Des secouristes et de soldats russes se trouvent également sur les lieux et contribuent, avec des moyens plus perfectionnés, aux opérations de sauvetage dans un des six immeubles où le travail se poursuit à Jableh.  

La base russe de Hmeimim se trouve à cinq kilomètres seulement de la ville. La Russie, l’un des principaux alliés du président Bachar al-Assad, maintient également une base navale à Tartous, sur la côte méditerranéenne, à une soixantaine de kilomètres plus au Sud.
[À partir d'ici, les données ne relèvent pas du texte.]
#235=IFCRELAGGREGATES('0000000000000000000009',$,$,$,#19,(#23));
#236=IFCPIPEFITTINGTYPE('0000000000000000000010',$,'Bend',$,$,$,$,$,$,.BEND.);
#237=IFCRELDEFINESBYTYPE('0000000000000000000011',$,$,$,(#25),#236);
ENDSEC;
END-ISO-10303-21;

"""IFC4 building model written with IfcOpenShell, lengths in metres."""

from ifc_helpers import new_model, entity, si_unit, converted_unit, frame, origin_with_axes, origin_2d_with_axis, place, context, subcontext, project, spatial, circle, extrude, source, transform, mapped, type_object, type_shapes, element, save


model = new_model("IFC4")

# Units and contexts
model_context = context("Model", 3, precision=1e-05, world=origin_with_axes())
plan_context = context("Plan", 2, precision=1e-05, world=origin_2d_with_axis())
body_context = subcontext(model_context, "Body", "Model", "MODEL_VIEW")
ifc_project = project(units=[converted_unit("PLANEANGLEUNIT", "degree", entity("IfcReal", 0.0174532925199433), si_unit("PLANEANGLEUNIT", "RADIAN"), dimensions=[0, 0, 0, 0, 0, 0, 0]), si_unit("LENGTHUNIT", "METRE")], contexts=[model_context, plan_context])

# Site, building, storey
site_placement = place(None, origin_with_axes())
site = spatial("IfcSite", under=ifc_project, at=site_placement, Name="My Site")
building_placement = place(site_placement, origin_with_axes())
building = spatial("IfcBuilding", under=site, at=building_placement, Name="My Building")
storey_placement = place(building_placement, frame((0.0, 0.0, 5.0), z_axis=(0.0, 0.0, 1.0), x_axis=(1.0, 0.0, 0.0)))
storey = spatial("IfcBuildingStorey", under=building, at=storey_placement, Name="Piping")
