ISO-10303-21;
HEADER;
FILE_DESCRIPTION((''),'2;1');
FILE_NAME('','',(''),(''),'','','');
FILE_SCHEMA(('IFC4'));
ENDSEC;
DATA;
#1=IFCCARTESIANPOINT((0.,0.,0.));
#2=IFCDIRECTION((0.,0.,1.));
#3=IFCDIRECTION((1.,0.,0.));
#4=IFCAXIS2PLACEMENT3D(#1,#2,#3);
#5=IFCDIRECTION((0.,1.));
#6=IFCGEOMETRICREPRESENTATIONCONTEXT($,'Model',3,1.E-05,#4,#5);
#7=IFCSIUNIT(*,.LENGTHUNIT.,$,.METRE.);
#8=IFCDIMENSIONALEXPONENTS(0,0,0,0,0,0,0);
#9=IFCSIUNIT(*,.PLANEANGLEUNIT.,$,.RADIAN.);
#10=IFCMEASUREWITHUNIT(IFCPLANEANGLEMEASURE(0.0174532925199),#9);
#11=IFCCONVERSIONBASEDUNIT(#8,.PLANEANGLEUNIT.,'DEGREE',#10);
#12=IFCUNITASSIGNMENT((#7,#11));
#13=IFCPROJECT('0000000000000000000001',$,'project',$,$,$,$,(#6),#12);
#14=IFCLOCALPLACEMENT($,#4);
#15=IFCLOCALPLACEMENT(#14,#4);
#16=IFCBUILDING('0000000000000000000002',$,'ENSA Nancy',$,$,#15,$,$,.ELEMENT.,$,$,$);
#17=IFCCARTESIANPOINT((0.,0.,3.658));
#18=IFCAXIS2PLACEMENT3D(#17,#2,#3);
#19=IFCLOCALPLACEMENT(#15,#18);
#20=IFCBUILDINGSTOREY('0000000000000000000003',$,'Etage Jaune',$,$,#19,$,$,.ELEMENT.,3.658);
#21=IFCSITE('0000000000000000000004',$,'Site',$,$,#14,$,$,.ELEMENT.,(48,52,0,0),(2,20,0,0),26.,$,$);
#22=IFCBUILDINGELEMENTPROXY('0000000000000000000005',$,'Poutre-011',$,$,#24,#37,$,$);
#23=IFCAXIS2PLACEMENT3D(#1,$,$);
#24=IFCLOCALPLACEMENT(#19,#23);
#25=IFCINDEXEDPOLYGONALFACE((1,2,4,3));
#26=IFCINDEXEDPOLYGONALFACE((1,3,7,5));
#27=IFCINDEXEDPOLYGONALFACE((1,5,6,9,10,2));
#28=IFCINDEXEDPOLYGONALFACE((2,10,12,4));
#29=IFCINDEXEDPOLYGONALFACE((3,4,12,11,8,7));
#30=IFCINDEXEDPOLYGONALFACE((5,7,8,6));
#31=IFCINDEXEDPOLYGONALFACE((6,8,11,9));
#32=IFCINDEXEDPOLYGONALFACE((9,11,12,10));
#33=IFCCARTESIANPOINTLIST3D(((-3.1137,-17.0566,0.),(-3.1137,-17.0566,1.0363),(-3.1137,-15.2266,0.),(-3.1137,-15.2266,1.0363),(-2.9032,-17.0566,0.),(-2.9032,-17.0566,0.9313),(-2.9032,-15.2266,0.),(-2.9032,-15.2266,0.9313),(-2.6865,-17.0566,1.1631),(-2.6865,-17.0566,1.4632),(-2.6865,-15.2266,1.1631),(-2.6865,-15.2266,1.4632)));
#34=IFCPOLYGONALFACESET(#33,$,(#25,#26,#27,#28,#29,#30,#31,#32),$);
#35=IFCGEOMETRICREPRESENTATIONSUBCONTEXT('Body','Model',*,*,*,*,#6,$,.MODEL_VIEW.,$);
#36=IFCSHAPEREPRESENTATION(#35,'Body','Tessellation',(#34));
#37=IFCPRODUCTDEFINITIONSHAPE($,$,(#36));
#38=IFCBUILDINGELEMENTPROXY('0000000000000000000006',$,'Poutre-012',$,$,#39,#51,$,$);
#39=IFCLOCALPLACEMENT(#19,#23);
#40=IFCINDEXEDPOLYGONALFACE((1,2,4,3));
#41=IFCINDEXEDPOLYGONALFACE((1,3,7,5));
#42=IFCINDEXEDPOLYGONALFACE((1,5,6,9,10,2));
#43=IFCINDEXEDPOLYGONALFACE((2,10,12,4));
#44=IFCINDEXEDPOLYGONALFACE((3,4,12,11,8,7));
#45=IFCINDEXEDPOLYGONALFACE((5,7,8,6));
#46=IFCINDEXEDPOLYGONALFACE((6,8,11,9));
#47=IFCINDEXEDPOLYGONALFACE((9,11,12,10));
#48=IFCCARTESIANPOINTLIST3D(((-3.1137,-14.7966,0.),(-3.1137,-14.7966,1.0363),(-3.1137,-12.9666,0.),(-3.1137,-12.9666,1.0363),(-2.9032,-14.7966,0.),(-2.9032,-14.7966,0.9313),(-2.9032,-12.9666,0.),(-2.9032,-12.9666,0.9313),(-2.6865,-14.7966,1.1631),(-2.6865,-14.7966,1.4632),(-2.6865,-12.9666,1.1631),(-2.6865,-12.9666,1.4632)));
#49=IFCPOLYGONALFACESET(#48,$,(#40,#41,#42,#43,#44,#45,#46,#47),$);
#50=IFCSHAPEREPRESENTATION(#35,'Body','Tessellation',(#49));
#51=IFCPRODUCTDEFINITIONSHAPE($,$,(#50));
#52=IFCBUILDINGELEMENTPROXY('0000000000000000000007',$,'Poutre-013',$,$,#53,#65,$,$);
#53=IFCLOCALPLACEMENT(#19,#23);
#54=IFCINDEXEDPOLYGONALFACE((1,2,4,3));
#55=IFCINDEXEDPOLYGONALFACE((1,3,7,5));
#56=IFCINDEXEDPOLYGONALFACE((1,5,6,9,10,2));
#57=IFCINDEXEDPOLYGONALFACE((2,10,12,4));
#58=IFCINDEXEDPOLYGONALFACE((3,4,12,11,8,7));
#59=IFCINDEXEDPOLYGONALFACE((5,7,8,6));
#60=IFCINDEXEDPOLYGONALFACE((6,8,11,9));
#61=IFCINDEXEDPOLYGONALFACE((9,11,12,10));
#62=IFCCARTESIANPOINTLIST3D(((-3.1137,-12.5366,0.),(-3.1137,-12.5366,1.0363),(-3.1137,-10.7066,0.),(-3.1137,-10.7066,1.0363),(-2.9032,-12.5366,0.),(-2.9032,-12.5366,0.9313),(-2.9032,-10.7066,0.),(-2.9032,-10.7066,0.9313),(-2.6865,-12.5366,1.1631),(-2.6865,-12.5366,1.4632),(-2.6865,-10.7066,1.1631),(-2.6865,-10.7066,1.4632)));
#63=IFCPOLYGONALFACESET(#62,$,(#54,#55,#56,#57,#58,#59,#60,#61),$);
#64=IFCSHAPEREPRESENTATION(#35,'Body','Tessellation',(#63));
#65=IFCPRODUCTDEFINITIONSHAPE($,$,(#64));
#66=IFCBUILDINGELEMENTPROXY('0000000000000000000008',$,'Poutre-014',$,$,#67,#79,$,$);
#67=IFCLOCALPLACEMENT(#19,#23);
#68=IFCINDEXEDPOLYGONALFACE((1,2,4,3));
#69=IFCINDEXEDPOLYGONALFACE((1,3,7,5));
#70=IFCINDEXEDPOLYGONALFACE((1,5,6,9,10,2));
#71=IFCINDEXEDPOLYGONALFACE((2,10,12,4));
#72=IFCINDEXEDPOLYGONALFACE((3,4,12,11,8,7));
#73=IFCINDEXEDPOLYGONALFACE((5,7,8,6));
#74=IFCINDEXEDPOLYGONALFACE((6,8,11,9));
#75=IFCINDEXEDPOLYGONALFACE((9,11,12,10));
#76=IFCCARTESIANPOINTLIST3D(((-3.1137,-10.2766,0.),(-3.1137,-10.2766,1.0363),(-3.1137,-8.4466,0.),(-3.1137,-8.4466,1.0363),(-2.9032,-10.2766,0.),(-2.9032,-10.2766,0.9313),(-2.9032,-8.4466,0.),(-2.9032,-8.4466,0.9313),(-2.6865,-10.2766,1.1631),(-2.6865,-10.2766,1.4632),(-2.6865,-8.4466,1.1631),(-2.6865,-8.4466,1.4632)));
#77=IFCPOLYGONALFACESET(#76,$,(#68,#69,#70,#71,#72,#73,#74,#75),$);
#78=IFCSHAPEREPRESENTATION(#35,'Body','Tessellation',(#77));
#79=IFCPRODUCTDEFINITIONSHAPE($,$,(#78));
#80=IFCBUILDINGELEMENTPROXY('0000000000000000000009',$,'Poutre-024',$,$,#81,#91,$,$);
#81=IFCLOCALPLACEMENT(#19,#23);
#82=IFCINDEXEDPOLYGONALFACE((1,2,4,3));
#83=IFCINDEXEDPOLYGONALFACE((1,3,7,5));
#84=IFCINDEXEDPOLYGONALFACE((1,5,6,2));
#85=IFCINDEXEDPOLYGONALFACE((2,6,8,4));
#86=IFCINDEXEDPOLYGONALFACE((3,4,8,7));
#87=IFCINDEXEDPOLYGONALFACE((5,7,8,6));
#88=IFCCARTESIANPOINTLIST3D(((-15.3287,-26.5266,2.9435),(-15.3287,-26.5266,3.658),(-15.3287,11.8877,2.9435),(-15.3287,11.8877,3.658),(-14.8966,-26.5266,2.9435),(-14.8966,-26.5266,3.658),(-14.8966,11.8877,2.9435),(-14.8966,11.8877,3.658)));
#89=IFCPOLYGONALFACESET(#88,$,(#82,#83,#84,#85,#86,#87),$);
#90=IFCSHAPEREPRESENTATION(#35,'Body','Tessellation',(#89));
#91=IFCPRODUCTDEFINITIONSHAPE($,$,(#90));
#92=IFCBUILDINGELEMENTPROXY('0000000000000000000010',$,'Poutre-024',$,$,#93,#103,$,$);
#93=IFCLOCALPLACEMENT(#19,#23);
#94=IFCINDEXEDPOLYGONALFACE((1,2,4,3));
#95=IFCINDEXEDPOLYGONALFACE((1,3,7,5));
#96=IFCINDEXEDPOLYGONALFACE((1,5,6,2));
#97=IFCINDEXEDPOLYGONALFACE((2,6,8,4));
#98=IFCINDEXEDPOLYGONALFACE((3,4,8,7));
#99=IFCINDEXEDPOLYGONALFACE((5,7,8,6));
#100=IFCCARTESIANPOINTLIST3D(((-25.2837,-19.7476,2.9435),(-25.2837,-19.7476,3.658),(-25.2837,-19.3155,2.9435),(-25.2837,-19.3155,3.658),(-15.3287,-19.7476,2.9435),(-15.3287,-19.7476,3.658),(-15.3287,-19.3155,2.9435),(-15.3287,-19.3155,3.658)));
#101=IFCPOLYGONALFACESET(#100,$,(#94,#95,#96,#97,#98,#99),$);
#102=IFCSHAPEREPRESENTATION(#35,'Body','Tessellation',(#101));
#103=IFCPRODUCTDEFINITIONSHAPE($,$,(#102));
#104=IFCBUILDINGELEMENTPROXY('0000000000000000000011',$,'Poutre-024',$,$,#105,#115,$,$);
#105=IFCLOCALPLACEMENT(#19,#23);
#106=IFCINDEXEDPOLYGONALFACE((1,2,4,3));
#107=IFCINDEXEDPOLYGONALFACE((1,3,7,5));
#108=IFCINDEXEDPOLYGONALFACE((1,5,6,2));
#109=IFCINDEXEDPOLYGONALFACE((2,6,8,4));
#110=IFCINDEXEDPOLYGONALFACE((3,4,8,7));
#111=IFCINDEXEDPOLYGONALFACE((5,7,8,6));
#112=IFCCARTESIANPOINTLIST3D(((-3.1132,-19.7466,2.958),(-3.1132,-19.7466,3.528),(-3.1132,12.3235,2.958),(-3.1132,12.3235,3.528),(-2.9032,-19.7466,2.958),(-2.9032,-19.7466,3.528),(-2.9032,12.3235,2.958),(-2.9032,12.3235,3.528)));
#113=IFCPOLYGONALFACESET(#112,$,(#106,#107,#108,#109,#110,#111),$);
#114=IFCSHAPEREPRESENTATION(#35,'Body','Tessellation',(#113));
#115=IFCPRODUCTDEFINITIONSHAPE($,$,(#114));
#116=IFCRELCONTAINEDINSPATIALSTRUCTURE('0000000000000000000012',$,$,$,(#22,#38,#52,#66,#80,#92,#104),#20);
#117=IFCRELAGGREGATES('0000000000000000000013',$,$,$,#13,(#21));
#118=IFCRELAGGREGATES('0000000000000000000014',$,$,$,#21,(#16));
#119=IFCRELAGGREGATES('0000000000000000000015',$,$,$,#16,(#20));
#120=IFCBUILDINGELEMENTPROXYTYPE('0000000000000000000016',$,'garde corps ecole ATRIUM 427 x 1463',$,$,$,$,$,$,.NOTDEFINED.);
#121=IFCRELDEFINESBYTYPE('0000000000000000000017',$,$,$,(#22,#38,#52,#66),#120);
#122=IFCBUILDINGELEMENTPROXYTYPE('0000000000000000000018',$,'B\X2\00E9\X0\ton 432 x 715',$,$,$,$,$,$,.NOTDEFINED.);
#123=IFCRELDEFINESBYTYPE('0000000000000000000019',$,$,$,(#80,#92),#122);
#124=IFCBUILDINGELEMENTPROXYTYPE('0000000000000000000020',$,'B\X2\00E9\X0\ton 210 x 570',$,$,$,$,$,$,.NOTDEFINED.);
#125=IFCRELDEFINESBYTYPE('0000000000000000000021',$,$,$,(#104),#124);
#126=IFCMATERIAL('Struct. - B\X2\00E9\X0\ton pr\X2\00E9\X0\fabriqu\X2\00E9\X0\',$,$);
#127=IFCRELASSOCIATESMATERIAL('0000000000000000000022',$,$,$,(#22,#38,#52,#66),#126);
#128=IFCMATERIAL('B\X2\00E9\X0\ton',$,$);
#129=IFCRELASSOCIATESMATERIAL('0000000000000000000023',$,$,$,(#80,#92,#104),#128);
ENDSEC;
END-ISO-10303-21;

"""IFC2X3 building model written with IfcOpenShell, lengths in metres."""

from ifc_helpers import new_model, entity, si_unit, converted_unit, direction, frame, frame_2d, origin_with_axes, place, context, subcontext, project, spatial, polyline, rectangle, outline, extrude, material, type_object, element, save


model = new_model("IFC2X3")

# Units and contexts
model_context = context("Model", 3, precision=1e-05, world=origin_with_axes(), true_north=direction((0.0, 1.0)))
body_context = subcontext(model_context, "Body", "Model", "MODEL_VIEW")
ifc_project = project(units=[si_unit("LENGTHUNIT", "METRE"), converted_unit("PLANEANGLEUNIT", "DEGREE", entity("IfcPlaneAngleMeasure", 0.0174532925199), si_unit("PLANEANGLEUNIT", "RADIAN"), dimensions=[0, 0, 0, 0, 0, 0, 0])], contexts=[model_context])

# Site, building, storey
site_placement = place(None, origin_with_axes())
site = spatial("IfcSite", under=ifc_project, at=site_placement, Name="Site", CompositionType="ELEMENT", RefLatitude=(48, 52, 0, 0), RefLongitude=(2, 20, 0, 0), RefElevation=26.0)
building_placement = place(site_placement, origin_with_axes())
building = spatial("IfcBuilding", under=site, at=building_placement, Name="ENSA Nancy", CompositionType="ELEMENT")
storey_placement = place(building_placement, frame((0.0, 0.0, 3.658), z_axis=(0.0, 0.0, 1.0), x_axis=(1.0, 0.0, 0.0)))
storey = spatial("IfcBuildingStorey", under=building, at=storey_placement, Name="Etage Jaune", CompositionType="ELEMENT", Elevation=3.658)

# Building element proxies
ifc_material_1 = material(Name="Struct. - Béton préfabriqué")
building_element_proxy_type_1 = type_object("IfcBuildingElementProxyType", Name="garde corps ecole ATRIUM 427 x 1463", PredefinedType="NOTDEFINED")
proxy_1_placement = place(storey_placement, frame((-3.1137, -17.0566, 0.0), z_axis=(0.0, 0.0, 1.0), x_axis=(1.0, 0.0, 0.0)))
element("IfcBuildingElementProxy", 1, at=proxy_1_placement, inside=storey, type_object=building_element_proxy_type_1, material=ifc_material_1, Name="Poutre-011", context=body_context, shape_type="SweptSolid", body=[
    extrude(outline(polyline([(0.0, 1.0363), (0.0, 0.0), (0.2105, 0.0), (0.2105, 0.9313), (0.4272, 1.1631), (0.4272, 1.4632), (0.0, 1.0363)])), frame((0.0, 1.83, 0.0), z_axis=(0.0, -1.0, 0.0), x_axis=(1.0, 0.0, 0.0)), (0.0, 0.0, 1.0), 1.83),
])
proxy_2_placement = place(storey_placement, frame((-3.1137, -14.7966, 0.0), z_axis=(0.0, 0.0, 1.0), x_axis=(1.0, 0.0, 0.0)))
element("IfcBuildingElementProxy", 2, at=proxy_2_placement, inside=storey, type_object=building_element_proxy_type_1, material=ifc_material_1, Name="Poutre-012", context=body_context, shape_type="SweptSolid", body=[
    extrude(outline(polyline([(0.0, 1.0363), (0.0, 0.0), (0.2105, 0.0), (0.2105, 0.9313), (0.4272, 1.1631), (0.4272, 1.4632), (0.0, 1.0363)])), frame((0.0, 1.83, 0.0), z_axis=(0.0, -1.0, 0.0), x_axis=(1.0, 0.0, 0.0)), (0.0, 0.0, 1.0), 1.83),
])
proxy_3_placement = place(storey_placement, frame((-3.1137, -12.5366, 0.0), z_axis=(0.0, 0.0, 1.0), x_axis=(1.0, 0.0, 0.0)))
element("IfcBuildingElementProxy", 3, at=proxy_3_placement, inside=storey, type_object=building_element_proxy_type_1, material=ifc_material_1, Name="Poutre-013", context=body_context, shape_type="SweptSolid", body=[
Jableh a été relativement épargnée par la guerre civile qui entre bientôt dans sa douzième année en Syrie, mais a eu son lot de violences, d’attentats et de fils tués au combat, notamment aux côtés des forces gouvernementales.

Près de l’un des immeubles en ruines, Adam Chaabo attend que des membres de sa famille soient retirés des décombres, un à un.

« Ils ont déjà retiré le père, la mère, la sœur, tous morts, nous attendons le fils, Joud », dit-il.

« On croyait en avoir fini avec les enterrements de masse, maintenant que les batailles se sont calmées. Mais la mort est revenue à Jableh ».